How many lines within the records include the word "precision"? Only that number should be given.

- [SOURCE INFORMATION]
_____

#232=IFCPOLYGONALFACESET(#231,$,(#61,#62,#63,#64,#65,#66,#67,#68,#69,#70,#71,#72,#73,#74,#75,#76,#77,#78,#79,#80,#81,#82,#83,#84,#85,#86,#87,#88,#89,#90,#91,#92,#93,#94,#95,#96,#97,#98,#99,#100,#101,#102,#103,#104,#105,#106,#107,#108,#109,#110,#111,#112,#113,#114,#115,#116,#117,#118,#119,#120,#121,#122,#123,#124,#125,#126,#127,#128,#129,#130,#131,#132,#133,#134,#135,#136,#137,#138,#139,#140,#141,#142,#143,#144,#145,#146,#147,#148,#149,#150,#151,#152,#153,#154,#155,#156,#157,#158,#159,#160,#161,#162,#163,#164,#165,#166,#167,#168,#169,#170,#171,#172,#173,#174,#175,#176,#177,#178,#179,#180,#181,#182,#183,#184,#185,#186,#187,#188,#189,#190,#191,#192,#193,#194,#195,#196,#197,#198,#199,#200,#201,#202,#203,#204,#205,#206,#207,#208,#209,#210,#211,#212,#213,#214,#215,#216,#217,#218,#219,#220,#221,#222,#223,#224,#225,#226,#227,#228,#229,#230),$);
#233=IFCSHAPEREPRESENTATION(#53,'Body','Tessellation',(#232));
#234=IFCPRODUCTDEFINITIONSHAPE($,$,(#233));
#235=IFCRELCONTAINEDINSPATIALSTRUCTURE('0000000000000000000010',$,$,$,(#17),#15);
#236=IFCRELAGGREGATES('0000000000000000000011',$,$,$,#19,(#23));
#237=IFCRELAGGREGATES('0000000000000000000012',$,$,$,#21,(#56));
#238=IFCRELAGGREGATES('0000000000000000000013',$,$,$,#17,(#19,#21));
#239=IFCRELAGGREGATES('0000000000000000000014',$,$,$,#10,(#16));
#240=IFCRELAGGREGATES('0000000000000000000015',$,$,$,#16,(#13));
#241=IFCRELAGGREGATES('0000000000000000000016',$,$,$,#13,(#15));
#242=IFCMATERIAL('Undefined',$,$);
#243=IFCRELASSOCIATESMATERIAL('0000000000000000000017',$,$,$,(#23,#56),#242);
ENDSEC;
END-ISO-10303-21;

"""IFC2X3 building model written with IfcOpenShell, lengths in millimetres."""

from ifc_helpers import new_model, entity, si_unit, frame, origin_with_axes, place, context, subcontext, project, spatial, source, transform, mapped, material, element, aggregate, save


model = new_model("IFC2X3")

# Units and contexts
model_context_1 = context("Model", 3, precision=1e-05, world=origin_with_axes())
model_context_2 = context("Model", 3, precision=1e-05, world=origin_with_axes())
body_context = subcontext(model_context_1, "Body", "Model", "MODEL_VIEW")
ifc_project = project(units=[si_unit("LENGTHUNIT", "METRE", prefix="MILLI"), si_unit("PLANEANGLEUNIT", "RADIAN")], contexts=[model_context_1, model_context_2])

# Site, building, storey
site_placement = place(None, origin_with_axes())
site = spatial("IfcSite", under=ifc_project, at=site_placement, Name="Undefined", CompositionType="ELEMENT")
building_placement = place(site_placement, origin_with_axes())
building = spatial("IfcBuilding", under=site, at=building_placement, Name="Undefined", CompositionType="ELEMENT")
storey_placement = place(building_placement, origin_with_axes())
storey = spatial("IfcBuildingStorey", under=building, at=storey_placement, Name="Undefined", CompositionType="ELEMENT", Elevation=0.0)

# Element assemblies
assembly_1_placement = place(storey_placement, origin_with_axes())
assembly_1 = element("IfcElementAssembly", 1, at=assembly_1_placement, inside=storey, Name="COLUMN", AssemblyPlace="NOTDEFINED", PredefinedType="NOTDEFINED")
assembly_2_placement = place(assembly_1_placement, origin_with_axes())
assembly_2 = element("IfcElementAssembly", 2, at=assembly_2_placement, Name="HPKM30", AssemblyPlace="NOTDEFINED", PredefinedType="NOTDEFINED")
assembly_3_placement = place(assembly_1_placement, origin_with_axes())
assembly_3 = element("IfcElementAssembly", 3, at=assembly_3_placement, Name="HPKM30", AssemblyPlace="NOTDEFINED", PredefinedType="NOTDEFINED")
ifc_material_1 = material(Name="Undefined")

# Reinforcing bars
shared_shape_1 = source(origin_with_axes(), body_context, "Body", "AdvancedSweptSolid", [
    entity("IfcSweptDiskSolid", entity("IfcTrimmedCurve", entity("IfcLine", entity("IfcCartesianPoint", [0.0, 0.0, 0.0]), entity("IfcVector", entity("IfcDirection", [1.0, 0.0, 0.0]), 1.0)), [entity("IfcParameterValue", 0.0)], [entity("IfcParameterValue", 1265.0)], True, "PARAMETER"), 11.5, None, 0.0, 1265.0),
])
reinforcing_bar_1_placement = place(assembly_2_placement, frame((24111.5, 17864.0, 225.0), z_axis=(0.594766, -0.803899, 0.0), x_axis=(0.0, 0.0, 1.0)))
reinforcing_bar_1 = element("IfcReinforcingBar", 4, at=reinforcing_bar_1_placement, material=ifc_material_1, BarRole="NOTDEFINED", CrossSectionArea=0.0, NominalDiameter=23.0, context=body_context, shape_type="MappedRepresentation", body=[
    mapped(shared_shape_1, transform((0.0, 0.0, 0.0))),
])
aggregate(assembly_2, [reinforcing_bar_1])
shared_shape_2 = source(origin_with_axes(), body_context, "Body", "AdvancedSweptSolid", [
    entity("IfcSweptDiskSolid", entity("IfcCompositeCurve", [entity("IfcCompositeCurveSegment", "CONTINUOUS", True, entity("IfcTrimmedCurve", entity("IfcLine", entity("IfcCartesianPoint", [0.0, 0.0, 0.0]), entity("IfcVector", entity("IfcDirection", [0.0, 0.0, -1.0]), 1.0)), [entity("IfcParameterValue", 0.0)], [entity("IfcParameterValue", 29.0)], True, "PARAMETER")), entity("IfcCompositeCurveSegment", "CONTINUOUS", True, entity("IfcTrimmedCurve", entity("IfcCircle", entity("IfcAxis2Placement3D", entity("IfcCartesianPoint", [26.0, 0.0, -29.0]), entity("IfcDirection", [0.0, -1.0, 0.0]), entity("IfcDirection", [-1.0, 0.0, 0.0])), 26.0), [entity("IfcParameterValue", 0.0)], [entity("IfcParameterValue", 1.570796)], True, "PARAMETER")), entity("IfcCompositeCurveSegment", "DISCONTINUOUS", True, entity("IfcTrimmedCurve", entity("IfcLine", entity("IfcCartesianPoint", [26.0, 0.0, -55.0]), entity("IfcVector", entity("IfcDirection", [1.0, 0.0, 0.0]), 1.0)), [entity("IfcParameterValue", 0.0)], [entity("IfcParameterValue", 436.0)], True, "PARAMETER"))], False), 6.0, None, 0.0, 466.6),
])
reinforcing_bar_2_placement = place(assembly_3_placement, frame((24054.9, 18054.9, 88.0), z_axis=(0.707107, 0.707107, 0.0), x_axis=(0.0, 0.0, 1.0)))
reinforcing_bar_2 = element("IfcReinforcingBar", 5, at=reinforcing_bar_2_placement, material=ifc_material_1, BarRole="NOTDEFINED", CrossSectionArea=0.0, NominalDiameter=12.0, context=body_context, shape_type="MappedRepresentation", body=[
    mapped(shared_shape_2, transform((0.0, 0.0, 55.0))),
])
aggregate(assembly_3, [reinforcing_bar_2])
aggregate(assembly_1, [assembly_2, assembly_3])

_____

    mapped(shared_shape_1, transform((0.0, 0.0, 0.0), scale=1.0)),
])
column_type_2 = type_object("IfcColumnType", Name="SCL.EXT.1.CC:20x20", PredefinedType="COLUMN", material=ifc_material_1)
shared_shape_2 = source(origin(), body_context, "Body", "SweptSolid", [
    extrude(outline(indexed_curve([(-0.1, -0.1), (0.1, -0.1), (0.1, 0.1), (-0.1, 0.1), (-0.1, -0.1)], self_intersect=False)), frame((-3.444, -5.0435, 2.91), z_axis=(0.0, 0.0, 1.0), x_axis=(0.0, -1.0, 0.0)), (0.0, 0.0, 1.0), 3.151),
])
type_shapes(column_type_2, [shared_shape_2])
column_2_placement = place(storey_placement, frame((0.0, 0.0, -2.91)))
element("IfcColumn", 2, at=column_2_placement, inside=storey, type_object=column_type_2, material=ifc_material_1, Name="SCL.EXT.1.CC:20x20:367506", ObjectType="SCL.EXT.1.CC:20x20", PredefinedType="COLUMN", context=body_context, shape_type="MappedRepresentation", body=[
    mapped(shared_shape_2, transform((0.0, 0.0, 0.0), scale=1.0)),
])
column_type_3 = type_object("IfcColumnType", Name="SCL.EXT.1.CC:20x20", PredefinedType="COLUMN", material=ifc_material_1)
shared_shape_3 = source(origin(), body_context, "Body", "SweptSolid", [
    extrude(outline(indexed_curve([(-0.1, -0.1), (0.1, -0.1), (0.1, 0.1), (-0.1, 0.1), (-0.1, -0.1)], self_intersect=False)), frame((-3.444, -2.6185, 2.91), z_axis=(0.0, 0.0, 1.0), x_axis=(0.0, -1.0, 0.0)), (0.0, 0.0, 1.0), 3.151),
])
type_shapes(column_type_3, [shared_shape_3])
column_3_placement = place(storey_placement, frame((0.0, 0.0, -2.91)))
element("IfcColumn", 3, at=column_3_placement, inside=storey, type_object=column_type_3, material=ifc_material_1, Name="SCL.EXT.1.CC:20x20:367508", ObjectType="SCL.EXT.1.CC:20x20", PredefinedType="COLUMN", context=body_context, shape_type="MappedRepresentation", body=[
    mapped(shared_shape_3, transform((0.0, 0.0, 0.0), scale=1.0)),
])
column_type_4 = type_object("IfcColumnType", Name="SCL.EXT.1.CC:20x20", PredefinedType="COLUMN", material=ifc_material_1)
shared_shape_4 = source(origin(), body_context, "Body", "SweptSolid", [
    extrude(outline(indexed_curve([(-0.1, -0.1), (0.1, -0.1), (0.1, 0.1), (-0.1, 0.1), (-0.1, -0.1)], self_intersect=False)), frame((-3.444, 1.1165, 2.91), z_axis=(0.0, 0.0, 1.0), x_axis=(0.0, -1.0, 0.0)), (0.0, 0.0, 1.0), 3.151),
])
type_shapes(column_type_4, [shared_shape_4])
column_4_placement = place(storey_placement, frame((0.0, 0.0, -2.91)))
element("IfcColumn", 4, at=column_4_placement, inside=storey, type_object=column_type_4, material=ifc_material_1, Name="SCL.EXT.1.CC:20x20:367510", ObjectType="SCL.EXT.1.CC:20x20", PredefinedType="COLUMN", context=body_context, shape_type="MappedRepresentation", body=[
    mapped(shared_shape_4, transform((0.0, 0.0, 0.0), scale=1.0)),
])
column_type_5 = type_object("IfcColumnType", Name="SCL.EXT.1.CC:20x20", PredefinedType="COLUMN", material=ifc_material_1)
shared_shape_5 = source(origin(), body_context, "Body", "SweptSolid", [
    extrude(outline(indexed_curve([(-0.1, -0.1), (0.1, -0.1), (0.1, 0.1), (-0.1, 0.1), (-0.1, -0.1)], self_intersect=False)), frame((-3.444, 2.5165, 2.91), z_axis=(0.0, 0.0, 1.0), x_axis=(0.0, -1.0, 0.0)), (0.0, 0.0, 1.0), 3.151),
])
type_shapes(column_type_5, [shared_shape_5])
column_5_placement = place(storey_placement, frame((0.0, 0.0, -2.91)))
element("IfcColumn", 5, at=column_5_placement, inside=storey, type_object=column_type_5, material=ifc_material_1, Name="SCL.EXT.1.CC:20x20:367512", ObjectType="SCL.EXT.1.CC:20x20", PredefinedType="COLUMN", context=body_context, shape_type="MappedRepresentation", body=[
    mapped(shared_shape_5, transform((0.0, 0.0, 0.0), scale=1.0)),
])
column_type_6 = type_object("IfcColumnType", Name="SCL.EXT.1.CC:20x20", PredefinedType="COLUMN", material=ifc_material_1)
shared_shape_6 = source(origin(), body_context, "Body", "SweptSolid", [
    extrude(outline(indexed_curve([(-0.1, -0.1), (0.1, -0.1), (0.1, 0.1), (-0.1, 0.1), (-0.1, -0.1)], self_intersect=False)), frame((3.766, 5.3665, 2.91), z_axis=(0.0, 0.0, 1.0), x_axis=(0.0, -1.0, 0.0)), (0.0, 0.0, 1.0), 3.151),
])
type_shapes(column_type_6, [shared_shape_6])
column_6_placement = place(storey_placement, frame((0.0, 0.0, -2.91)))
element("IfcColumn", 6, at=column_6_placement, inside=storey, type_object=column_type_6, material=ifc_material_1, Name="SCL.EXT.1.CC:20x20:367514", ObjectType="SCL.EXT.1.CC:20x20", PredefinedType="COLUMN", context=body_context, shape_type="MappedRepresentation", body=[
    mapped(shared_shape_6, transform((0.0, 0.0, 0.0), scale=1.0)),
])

_____

- [REPLY] 2